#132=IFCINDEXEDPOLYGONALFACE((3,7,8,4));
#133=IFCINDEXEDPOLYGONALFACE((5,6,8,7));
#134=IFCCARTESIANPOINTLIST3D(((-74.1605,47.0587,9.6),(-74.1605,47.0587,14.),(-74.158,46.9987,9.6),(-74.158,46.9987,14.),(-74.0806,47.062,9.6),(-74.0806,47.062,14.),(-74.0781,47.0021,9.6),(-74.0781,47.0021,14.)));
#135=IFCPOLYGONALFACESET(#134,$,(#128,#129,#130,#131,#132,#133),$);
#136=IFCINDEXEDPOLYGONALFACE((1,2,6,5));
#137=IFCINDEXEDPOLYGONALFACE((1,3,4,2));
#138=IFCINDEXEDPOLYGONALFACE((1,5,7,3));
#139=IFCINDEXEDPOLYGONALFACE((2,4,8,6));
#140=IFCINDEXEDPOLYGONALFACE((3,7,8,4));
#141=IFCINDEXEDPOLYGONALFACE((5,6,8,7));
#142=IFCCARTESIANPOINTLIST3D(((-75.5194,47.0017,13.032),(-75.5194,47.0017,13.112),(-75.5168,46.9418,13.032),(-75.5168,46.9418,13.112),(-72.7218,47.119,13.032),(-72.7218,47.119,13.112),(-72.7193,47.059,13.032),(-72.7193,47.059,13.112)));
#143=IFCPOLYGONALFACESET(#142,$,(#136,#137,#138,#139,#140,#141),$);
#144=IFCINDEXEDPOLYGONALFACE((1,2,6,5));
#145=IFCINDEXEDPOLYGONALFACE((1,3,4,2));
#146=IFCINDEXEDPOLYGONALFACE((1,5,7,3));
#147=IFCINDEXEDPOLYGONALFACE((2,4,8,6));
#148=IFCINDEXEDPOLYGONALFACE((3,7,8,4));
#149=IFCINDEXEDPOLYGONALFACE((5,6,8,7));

☆ ☆ ☆ ☆

The expected result is an exact transcription of the lines from the one containing "#139=IFCINDEXEDPOLYGONALFACE((2,4,8,6));" through the end of the records above; please include both ends.

#139=IFCINDEXEDPOLYGONALFACE((2,4,8,6));
#140=IFCINDEXEDPOLYGONALFACE((3,7,8,4));
#141=IFCINDEXEDPOLYGONALFACE((5,6,8,7));
#142=IFCCARTESIANPOINTLIST3D(((-75.5194,47.0017,13.032),(-75.5194,47.0017,13.112),(-75.5168,46.9418,13.032),(-75.5168,46.9418,13.112),(-72.7218,47.119,13.032),(-72.7218,47.119,13.112),(-72.7193,47.059,13.032),(-72.7193,47.059,13.112)));
#143=IFCPOLYGONALFACESET(#142,$,(#136,#137,#138,#139,#140,#141),$);
#144=IFCINDEXEDPOLYGONALFACE((1,2,6,5));
#145=IFCINDEXEDPOLYGONALFACE((1,3,4,2));
#146=IFCINDEXEDPOLYGONALFACE((1,5,7,3));
#147=IFCINDEXEDPOLYGONALFACE((2,4,8,6));
#148=IFCINDEXEDPOLYGONALFACE((3,7,8,4));
#149=IFCINDEXEDPOLYGONALFACE((5,6,8,7));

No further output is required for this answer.